Access provided by Autonomous University of Puebla. Download conference paper PDF
Similar content being viewed by others
Keywords
1 Introduction
Echocardiography is widely and routinely used for assessing heart function and for the diagnosis of several conditions, such as heart failure and coronary artery disease [13]. In a routine echocardiographic study, multiple views of the heart are obtained to show different parts of the heart’s internal structure, i.e. the ventricles, atria and valves—see Fig. 1. However, not all views are used in subsequent analysis of the echocardiograms depending on the cardiac function being assessed or the type of disease being investigated [13]. Therefore, an important initial step in any automated analysis pipeline is the accurate detection of standardised cardiac views shown on each echocardiogram.

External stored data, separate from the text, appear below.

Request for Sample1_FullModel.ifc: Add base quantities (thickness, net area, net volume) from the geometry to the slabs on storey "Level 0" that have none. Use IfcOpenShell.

First a look at what the model holds.

```python
import ifcopenshell
import ifcopenshell.util.element
import ifcopenshell.util.unit

model = ifcopenshell.open("Sample1_FullModel.ifc")
print(model.schema)
for unit_type in ("LENGTHUNIT", "AREAUNIT", "VOLUMEUNIT"):
    print(unit_type, ifcopenshell.util.unit.calculate_unit_scale(model, unit_type))
storey = next(s for s in model.by_type("IfcBuildingStorey") if s.Name == "Level 0")
slabs = [e for e in ifcopenshell.util.element.get_decomposition(storey) if e.is_a("IfcSlab")]
for e in sorted(slabs, key=lambda e: e.id()):
    print(e.id(), e.is_a(), e.Name, list(ifcopenshell.util.element.get_psets(e, qtos_only=True)), sep=" | ")
```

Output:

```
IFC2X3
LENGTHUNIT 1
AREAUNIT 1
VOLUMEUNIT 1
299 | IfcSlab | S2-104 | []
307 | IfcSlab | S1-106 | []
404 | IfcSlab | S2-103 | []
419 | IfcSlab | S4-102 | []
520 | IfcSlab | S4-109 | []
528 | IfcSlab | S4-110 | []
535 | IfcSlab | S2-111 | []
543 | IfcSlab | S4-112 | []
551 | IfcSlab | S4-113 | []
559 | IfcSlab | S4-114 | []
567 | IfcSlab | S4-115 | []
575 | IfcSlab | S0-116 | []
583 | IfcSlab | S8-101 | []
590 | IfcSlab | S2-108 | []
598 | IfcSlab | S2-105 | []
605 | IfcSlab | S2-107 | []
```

```python
import ifcopenshell
import ifcopenshell.api.pset
import ifcopenshell.geom
import ifcopenshell.util.element
import ifcopenshell.util.shape
import ifcopenshell.util.unit

model = ifcopenshell.open("Sample1_FullModel.ifc")
unit_scale = ifcopenshell.util.unit.calculate_unit_scale(model)
area_scale = ifcopenshell.util.unit.calculate_unit_scale(model, "AREAUNIT")
volume_scale = ifcopenshell.util.unit.calculate_unit_scale(model, "VOLUMEUNIT")
settings = ifcopenshell.geom.settings()

storey = next(s for s in model.by_type("IfcBuildingStorey") if s.Name == "Level 0")
slabs = [e for e in ifcopenshell.util.element.get_decomposition(storey) if e.is_a("IfcSlab")]

for e in sorted(slabs, key=lambda e: e.id()):
    if ifcopenshell.util.element.get_psets(e, qtos_only=True, should_inherit=False):
        continue
    # Geometry comes back in metres, in the element's own axes.
    shape = ifcopenshell.geom.create_shape(settings, e)
    values = {
        "Width": ifcopenshell.util.shape.get_z(shape.geometry) / unit_scale,
        "NetArea": ifcopenshell.util.shape.get_footprint_area(shape.geometry) / area_scale,
        "NetVolume": ifcopenshell.util.shape.get_volume(shape.geometry) / volume_scale,
    }
    qto = ifcopenshell.api.pset.add_qto(model, product=e, name="BaseQuantities")
    ifcopenshell.api.pset.edit_qto(model, qto=qto, properties=values)
    print(e.id(), {k: round(v, 3) for k, v in values.items()})

model.write("Sample1_FullModel_edited.ifc")
```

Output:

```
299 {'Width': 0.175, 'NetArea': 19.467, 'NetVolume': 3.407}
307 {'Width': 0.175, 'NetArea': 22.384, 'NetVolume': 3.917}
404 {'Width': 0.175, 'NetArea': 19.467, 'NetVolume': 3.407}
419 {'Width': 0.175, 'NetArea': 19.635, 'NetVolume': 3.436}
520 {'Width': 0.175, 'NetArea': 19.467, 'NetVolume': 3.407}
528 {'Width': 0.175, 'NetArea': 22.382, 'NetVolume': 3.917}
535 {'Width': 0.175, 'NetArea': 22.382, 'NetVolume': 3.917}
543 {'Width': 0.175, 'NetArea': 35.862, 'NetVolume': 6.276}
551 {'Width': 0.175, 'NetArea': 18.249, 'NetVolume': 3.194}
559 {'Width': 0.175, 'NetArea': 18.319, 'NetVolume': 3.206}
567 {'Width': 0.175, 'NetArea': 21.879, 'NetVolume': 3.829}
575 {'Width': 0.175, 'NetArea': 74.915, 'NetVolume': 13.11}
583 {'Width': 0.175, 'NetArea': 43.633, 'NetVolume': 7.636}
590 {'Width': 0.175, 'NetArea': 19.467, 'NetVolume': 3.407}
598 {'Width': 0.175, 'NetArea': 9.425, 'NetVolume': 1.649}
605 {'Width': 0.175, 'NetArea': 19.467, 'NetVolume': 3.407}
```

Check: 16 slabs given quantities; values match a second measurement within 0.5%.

Frequently, further analysis—usually performed with proprietary analysis software—focuses on left ventricular function [17]. Often only the three apical views of the heart are assessed, which show slices through the left ventricle. However, it is still important for a view classifier to be aware of the entire cardiac anatomy so that it does not misclassify views it has not been trained on. This is challenging because it requires large training datasets with appropriate labels. Furthermore, when assessing certain cardiac conditions, the injection of a microbubble contrast agent is used to better highlight the boundaries of the left ventricular wall [20]. This changes the image appearance completely and effectively inverts the image contrast. Hence, these views cannot be classified without contrast enhanced data also being labelled for model training. The ability to correctly classify contrast images thus requires double the labelling effort.

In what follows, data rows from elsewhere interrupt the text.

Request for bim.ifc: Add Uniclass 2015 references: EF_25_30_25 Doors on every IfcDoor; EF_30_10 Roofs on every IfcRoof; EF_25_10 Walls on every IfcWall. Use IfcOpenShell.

First a look at what the model holds.

```python
import ifcopenshell

model = ifcopenshell.open("bim.ifc")
print(model.schema)
print("classifications:", [c.Name for c in model.by_type("IfcClassification")])
for ifc_class in ("IfcDoor", "IfcRoof", "IfcStair", "IfcWall", "IfcWindow"):
    print(ifc_class, len(model.by_type(ifc_class)))
```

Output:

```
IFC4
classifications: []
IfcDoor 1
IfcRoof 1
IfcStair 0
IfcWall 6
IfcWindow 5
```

```python
import ifcopenshell
import ifcopenshell.api.classification

model = ifcopenshell.open("bim.ifc")

system = ifcopenshell.api.classification.add_classification(model, classification="Uniclass 2015")

codes = {
    "IfcDoor": ("EF_25_30_25", "Doors"),
    "IfcRoof": ("EF_30_10", "Roofs"),
    "IfcWall": ("EF_25_10", "Walls"),
}
for ifc_class, (code, name) in codes.items():
    products = model.by_type(ifc_class)
    ifcopenshell.api.classification.add_reference(
        model, products=products, classification=system, identification=code, name=name
    )
    print(code, len(products))

model.write("bim_rev.ifc")
```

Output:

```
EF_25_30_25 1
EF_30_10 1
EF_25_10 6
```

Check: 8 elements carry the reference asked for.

View classification on echocardiographic data has previously been achieved using convolutional networks [8, 18, 22] that take as input an image and predict one of the possible views that were present in the training label set for that network. For the commonly acquired echocardiographic views, such as the apical four-chamber view, labelled data for model training is available even in some public datasets [14, 19]. However, for less commonly acquired views, with or without contrast enhancement, it is time-consuming and expensive to acquire labels and thus, datasets are often highly imbalanced. To tackle data imbalance, training classifiers may require under-sampling the majority classes and specialised cost functions [10] or augmentations with synthetically generated data [1].

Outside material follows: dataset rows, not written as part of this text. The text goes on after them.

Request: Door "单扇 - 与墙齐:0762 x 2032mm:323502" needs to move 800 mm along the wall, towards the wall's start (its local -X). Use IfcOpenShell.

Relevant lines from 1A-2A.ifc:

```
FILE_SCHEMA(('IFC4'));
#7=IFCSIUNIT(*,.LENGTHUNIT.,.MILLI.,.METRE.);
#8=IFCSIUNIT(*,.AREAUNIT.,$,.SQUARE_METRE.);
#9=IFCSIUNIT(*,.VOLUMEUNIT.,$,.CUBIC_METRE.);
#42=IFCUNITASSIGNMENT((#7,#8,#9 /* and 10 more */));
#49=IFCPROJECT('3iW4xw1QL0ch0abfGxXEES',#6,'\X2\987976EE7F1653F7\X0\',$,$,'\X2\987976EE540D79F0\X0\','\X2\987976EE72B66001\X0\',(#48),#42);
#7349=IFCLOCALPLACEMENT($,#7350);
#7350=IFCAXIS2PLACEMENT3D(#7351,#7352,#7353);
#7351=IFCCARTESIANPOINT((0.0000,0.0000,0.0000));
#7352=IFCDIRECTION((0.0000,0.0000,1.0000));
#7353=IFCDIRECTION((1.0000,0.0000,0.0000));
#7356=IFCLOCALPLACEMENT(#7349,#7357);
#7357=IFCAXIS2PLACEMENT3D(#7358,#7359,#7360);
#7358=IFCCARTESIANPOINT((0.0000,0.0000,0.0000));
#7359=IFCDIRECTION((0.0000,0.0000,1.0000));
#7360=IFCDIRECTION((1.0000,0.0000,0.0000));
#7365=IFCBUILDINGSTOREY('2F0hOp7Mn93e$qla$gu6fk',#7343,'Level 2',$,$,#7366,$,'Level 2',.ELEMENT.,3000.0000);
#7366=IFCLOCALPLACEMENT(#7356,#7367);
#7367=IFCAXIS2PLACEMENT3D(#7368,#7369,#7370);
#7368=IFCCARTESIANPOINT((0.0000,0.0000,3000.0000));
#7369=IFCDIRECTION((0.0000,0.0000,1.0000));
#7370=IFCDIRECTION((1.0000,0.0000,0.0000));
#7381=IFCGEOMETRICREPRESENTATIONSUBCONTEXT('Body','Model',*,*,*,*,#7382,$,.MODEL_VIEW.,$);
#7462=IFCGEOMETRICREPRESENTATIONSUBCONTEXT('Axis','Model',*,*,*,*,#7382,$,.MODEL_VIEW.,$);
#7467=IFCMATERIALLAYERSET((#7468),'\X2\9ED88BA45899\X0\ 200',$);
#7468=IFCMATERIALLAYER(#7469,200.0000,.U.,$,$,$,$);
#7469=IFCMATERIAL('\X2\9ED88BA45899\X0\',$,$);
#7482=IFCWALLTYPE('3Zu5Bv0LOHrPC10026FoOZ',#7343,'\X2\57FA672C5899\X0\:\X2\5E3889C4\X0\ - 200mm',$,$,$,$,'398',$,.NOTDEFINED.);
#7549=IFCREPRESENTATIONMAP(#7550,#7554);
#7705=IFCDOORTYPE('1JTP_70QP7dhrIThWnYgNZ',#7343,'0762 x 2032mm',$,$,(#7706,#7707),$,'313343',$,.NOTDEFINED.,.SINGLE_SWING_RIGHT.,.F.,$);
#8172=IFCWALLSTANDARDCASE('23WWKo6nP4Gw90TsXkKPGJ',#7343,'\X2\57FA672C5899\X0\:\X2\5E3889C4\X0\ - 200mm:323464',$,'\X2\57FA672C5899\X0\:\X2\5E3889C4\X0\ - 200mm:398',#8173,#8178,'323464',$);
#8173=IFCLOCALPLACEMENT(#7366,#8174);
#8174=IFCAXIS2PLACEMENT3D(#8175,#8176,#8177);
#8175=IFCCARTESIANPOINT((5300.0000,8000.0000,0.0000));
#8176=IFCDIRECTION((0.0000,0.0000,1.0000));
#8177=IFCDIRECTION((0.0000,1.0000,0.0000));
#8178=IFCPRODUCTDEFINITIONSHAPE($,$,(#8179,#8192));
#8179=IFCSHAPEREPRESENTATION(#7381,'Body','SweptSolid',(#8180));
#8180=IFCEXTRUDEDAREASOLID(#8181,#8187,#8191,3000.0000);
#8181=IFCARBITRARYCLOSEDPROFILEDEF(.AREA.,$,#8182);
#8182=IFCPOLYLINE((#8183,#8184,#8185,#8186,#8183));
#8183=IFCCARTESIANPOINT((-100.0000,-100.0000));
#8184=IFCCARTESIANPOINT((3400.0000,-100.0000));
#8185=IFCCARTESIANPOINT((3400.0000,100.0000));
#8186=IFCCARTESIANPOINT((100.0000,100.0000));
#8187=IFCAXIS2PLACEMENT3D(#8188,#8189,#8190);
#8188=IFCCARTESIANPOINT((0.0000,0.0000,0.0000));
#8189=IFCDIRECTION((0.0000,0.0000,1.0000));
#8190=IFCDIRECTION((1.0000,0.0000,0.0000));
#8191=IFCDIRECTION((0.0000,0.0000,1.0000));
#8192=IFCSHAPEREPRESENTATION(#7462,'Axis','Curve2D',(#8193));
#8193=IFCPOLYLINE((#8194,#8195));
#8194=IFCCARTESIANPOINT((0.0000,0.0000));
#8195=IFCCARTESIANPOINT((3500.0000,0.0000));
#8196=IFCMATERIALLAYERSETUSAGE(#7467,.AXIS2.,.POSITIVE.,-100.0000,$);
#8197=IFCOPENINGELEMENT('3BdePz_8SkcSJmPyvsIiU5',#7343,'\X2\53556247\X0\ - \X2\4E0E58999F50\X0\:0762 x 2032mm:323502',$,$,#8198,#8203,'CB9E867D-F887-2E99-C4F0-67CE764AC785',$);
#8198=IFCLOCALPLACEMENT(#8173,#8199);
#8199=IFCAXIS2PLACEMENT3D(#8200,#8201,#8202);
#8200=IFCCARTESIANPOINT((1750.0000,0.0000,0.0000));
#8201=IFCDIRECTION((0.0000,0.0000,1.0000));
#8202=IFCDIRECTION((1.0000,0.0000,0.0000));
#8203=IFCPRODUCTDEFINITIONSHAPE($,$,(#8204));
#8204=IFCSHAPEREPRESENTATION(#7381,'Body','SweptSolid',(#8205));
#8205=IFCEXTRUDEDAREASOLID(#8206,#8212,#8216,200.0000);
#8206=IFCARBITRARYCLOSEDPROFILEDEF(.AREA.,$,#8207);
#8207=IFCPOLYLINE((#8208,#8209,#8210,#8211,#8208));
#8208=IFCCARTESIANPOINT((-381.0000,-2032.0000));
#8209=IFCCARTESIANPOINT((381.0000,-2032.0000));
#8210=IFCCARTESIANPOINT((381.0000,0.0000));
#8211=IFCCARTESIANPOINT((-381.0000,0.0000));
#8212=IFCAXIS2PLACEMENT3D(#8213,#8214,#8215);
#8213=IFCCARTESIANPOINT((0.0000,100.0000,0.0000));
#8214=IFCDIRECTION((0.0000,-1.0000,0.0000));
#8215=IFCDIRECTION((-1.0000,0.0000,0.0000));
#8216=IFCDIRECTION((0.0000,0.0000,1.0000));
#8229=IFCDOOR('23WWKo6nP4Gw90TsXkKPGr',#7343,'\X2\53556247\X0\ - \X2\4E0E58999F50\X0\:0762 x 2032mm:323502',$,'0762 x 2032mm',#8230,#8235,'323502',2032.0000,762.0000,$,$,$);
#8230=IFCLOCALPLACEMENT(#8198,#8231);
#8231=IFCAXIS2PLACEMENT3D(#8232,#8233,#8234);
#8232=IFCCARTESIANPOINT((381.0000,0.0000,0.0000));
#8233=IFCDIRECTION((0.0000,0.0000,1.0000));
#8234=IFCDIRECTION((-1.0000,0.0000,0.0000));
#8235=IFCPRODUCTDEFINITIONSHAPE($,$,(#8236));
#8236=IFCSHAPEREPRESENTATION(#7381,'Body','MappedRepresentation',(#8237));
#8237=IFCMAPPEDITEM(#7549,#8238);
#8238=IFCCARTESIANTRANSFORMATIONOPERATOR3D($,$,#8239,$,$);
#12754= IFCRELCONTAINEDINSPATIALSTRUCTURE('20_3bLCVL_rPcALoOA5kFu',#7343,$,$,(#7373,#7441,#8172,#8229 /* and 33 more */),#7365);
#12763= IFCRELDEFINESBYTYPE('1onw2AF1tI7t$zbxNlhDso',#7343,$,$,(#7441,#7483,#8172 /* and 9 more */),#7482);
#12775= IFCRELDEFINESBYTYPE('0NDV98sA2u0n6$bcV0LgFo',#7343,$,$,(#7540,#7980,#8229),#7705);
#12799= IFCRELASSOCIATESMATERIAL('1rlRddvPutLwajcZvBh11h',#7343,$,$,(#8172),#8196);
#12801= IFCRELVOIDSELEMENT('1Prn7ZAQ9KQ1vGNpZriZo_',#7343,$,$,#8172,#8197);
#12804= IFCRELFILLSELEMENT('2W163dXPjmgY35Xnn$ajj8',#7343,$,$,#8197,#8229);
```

```python
import ifcopenshell
import ifcopenshell.api.geometry
import ifcopenshell.util.placement
import ifcopenshell.util.unit

model = ifcopenshell.open("1A-2A.ifc")
unit_scale = ifcopenshell.util.unit.calculate_unit_scale(model)

door = model.by_guid("23WWKo6nP4Gw90TsXkKPGr")
opening = door.FillsVoids[0].RelatingOpeningElement
wall = opening.VoidsElements[0].RelatingBuildingElement

wall_matrix = ifcopenshell.util.placement.get_local_placement(wall.ObjectPlacement)
shift = wall_matrix[:3, 0] * -0.8 / unit_scale
before = ifcopenshell.util.placement.get_local_placement(door.ObjectPlacement)[:3, 3].copy()

# The door is placed relative to its opening, so it follows when the opening moves.
matrix = ifcopenshell.util.placement.get_local_placement(opening.ObjectPlacement)
matrix[:3, 3] += shift
ifcopenshell.api.geometry.edit_object_placement(
    model, product=opening, matrix=matrix, is_si=False, should_transform_children=True
)

after = ifcopenshell.util.placement.get_local_placement(door.ObjectPlacement)[:3, 3]
print("door moved by", (after - before).round(3) + 0.0)

model.write("1A-2A_updated.ifc")
```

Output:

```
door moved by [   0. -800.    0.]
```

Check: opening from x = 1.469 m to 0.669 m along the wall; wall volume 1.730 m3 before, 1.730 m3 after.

In this paper, we investigate the problem of view classification in cardiac ultrasound images and attempt to improve the classification accuracy of convolutional neural networks, especially on under-represented classes, with the use of contrastive learning. Contrastive learning is a pre-training methodology, which improves learning of features useful for classification tasks through a contrastive loss. The contrastive loss clusters similar images together (positive pairs) and pushes different images away (negative pairs). This can be entirely based on self supervision for example when positive pairs consist of different augmented version of an image (SimCLR [6]) or, when in addition to augmentations, positive pairs also use supervision to include images of the same label (SupCon [11]). This has proven successful in computer vision tasks for instance for ImageNet sample classification [6].
Furthermore, although cardiac ultrasound data consist of videos, view classification is typically performed per-frame as a 2D classification problem. For videos, unsupervised contrastive learning, such as SimCLR, is not directly applicable as also discussed in [7]: if multiple frames of the same video end up in the same batch, then the negative pairs of a frame will include other frames of the same video. This would hinder the ability of the contrastive loss to only cluster similar images together, since different video frames would generate a higher loss value. We therefore adopt the supervised contrastive loss [11], which does not suffer from this limitation. Our contributions are the following: (a) we apply contrastive classification neural networks to cardiac ultrasound, and (b) we evaluate in a dataset of contrast and non-contrast enhanced echocardiographic images collated from public and proprietary sources and show improved results when using the proposed contrastive framework for views which have fewer labelled training observations.
2 Related Work
Standard plane/view detection has been previously studied in fetal ultrasound with supervised deep learning models, such as SonoNet [2], multi-scale DenseNet [12], and convolutional networks finetuned with transfer learning [5] or trained with additional tasks to predict attention maps and adversarial training [3]. In echocardiography, inception [18] and VGG [22] networks have been used to predict several views or subclasses of views, although not applied on contrast echo data. Typically, contrast-enhanced images are used in isolation, for example to extract myocardial segmententations [15, 16]. Most recently, high view classification accuracy was reported by a convolutional network applied on mixed microbubble contrast-enhanced and non-contrast data from a multi-vendor site [8].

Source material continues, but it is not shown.